Instructions to follow: Your output should be the lines of the data that follow, reproduced exactly from the first through the line bearing "#212=IFCRELAGGREGATES('0000000000000000000022',$,$,$,#18,(#17));".

Stored data entries:

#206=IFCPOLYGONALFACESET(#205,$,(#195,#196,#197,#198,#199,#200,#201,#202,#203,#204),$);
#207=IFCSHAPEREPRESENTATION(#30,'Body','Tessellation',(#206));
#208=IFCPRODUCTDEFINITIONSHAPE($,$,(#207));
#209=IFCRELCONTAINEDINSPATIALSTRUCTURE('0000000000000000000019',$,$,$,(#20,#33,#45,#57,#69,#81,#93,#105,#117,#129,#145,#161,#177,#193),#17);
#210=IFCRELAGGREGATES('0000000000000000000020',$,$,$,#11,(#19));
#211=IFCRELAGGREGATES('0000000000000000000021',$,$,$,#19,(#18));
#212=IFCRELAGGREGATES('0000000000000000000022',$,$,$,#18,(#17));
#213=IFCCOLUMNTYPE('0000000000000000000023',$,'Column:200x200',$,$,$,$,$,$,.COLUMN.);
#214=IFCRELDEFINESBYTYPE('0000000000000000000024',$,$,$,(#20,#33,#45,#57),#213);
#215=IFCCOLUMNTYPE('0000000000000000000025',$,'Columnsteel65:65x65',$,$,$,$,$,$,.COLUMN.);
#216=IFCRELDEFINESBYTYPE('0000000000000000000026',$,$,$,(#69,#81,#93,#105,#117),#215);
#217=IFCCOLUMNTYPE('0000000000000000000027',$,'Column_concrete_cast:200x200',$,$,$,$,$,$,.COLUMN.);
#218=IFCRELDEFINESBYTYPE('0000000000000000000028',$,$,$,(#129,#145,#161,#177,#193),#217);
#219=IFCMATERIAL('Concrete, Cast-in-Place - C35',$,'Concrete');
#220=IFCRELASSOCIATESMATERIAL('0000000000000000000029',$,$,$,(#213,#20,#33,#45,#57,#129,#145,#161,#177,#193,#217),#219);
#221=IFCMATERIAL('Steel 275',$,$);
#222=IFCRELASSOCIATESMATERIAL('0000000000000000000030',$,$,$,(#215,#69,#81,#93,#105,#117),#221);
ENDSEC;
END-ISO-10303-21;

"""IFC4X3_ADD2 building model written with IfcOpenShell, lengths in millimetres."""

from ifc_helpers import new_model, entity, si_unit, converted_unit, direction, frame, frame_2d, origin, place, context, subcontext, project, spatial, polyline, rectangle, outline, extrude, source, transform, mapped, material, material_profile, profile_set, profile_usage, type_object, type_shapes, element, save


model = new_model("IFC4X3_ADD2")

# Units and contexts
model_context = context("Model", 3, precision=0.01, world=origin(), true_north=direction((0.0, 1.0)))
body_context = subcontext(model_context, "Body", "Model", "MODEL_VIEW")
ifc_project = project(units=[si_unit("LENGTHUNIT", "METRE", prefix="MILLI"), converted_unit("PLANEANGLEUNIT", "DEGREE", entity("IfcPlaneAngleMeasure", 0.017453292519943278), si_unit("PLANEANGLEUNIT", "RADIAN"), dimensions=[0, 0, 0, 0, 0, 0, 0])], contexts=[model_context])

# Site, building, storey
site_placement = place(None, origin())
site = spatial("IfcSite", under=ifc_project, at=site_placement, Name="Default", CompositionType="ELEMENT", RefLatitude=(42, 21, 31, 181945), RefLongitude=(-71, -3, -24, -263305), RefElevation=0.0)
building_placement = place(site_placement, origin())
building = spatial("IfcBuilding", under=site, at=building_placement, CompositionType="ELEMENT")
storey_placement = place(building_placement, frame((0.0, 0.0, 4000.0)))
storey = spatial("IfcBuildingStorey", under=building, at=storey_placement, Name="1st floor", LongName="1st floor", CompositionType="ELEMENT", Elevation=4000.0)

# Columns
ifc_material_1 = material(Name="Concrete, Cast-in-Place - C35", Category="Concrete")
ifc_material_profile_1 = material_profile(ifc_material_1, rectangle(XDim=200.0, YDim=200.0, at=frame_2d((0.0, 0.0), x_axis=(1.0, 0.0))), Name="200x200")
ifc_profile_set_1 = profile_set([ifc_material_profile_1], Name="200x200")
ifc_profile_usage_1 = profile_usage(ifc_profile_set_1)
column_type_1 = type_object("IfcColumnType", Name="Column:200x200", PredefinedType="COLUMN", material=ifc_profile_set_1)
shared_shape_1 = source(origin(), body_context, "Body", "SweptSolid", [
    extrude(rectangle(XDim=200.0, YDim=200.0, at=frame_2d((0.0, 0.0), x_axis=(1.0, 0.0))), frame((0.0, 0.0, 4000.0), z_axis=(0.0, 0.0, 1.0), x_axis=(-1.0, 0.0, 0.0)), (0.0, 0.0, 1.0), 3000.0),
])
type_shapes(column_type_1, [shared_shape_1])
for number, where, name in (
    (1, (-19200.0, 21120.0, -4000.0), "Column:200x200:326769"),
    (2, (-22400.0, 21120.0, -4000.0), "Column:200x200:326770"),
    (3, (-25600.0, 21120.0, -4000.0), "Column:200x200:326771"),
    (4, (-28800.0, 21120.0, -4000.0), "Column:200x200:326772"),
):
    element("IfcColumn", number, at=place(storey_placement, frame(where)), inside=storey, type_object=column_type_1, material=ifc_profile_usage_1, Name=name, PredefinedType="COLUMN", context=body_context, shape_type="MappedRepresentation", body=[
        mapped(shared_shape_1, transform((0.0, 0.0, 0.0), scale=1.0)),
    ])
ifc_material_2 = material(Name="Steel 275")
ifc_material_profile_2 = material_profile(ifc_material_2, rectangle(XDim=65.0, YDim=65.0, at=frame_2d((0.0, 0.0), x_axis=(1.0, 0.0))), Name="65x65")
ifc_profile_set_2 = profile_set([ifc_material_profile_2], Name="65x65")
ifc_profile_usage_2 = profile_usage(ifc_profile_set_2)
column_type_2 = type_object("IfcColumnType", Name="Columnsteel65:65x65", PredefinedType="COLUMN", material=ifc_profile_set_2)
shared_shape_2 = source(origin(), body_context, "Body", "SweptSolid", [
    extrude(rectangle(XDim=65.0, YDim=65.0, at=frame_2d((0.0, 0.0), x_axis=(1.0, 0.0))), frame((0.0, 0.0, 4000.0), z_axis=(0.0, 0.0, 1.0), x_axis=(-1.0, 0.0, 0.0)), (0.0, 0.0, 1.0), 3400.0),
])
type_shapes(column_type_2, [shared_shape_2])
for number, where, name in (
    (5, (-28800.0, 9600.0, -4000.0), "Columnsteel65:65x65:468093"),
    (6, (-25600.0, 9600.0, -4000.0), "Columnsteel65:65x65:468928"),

Solution to the exercise:
#206=IFCPOLYGONALFACESET(#205,$,(#195,#196,#197,#198,#199,#200,#201,#202,#203,#204),$);
#207=IFCSHAPEREPRESENTATION(#30,'Body','Tessellation',(#206));
#208=IFCPRODUCTDEFINITIONSHAPE($,$,(#207));
#209=IFCRELCONTAINEDINSPATIALSTRUCTURE('0000000000000000000019',$,$,$,(#20,#33,#45,#57,#69,#81,#93,#105,#117,#129,#145,#161,#177,#193),#17);
#210=IFCRELAGGREGATES('0000000000000000000020',$,$,$,#11,(#19));
#211=IFCRELAGGREGATES('0000000000000000000021',$,$,$,#19,(#18));
#212=IFCRELAGGREGATES('0000000000000000000022',$,$,$,#18,(#17));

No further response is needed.